Duas das principais associações de juízes brasileiros se movimentaram em Brasília nesta semana para buscar a concessão de visto humanitário a 270 juízas do Afeganistão, após o Talibã ter retomado o controle do país.

Fardin Waezi/Unama

De acordo com ofício enviado na última terça-feira (24/8) pelo presidente da Associação dos Juízes Federais do Brasil (Ajufe), Eduardo Fernandes, ao Itamaraty, as magistradas afegãs "se encontram em risco por desempenharem a função e, adicionalmente, por terem julgado e condenado membros do regime que retomou o controle do país".

Em paralelo, a presidente da Associação dos Magistrados Brasileiros (AMB), Renata Gil, reuniu-se na quarta (25/8) com o presidente da Comissão de Relações Exteriores da Câmara, deputado Aécio Neves (PSDB-MG), para pedir que interceda na concessão dos vistos.

"Nos causa perplexidade e preocupação a situação das mulheres afegãs. As ameaças aos direitos fundamentais conquistados após anos de luta impõem a necessidade de uma ação imediata", disse presidente da AMB no encontro, segundo nota divulgada pela associação.

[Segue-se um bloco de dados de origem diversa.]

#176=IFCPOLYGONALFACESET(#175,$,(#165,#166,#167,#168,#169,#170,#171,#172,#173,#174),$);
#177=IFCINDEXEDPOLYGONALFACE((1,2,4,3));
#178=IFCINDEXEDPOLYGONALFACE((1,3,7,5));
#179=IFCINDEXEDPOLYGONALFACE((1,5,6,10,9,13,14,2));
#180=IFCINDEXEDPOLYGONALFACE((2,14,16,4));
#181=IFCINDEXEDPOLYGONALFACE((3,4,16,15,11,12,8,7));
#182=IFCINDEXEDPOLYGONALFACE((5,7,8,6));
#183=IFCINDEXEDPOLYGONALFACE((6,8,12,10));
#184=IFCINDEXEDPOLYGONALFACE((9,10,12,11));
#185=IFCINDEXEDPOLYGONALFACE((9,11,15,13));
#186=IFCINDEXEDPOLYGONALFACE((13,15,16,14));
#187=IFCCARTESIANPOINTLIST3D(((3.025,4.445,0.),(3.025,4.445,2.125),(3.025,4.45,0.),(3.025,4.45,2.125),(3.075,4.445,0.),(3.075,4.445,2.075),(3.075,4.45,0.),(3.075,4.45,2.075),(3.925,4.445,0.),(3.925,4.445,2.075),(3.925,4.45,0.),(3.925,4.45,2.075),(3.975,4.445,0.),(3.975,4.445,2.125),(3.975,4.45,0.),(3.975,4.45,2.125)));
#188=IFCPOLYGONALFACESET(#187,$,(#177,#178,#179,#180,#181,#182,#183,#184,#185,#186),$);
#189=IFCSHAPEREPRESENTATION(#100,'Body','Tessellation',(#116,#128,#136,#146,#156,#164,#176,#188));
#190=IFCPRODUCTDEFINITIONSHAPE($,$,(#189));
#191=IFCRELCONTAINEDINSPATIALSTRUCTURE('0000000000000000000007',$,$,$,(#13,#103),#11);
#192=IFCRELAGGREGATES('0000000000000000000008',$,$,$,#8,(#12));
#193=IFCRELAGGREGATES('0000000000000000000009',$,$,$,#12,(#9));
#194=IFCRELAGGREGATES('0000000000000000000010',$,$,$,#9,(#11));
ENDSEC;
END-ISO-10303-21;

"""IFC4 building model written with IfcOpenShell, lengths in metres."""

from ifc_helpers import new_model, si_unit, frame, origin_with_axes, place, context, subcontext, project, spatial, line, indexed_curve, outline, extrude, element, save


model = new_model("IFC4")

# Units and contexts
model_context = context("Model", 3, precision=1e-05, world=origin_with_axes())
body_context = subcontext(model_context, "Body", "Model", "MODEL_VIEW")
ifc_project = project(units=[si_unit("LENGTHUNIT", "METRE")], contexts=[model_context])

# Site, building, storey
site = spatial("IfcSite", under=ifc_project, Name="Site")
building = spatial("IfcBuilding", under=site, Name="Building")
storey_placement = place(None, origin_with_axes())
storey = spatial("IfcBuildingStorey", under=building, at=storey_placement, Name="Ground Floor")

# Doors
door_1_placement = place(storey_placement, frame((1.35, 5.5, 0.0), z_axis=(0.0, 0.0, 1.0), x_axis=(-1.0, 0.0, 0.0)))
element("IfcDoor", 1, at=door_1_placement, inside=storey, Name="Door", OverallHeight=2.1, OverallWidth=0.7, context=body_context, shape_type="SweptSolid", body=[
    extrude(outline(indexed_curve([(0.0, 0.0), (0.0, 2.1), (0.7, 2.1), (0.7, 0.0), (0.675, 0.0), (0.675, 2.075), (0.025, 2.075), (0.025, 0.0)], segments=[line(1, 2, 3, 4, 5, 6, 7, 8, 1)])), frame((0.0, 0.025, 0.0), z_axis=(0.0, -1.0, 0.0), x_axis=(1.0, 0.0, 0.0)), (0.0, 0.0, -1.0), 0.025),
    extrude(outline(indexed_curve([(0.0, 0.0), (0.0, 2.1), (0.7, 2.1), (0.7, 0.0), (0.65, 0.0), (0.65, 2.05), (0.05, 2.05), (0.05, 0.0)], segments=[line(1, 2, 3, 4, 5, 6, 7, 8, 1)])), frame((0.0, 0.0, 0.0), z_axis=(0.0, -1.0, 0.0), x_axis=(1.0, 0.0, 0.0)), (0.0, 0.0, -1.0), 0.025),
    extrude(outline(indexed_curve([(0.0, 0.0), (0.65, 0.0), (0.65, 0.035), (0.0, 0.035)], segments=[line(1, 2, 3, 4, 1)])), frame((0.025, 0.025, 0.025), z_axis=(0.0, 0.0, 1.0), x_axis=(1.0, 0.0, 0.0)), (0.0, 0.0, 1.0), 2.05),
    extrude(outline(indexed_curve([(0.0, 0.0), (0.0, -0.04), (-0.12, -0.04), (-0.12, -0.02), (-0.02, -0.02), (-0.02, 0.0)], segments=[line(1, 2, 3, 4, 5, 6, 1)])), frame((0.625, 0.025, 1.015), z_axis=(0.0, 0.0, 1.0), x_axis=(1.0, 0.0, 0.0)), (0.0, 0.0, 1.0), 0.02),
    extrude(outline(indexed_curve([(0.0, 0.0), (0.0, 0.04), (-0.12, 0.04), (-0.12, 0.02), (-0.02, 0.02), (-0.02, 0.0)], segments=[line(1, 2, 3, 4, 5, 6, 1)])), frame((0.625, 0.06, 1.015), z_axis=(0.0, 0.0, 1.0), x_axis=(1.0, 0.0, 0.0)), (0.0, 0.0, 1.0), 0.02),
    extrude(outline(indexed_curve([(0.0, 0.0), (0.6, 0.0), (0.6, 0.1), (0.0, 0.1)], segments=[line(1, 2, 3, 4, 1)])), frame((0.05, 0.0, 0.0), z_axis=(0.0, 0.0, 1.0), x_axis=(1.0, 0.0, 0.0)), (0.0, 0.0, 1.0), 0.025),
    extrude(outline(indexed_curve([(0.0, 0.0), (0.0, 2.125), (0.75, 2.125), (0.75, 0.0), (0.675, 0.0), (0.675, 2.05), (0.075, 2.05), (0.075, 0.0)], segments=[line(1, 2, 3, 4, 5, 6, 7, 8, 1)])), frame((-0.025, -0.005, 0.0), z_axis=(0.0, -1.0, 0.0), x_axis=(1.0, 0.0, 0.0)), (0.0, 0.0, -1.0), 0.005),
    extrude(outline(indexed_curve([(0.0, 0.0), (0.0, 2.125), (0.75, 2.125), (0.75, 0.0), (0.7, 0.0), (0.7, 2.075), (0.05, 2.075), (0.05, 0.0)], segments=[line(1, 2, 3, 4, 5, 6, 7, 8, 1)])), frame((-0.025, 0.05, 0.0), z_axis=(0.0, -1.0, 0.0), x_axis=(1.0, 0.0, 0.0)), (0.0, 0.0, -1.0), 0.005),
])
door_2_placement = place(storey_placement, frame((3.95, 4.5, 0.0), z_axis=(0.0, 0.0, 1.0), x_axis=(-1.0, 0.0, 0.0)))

A movimentação das associações brasileiras atende a um apelo da União Internacional de Magistrados (UIM), que na semana passada emitiu comunicado pedindo proteção às juízas afegãs.

O Talibã é conhecido como grupo fundamentalista que, em uma primeira passagem como governantes do Afeganistão, nos anos 1990, relegaram um espaço restrito na sociedade às mulheres, que foram excluídas de cargos públicos e somente podiam aparecer em público na presença dos maridos.

Com a volta do regime dos talibãs ao poder, o temor da comunidade internacional é que haja nova perseguição a mulheres que ocuparam posições de poder nos últimos anos, como é o caso das magistradas afegãs. Com informações da Agência Brasil.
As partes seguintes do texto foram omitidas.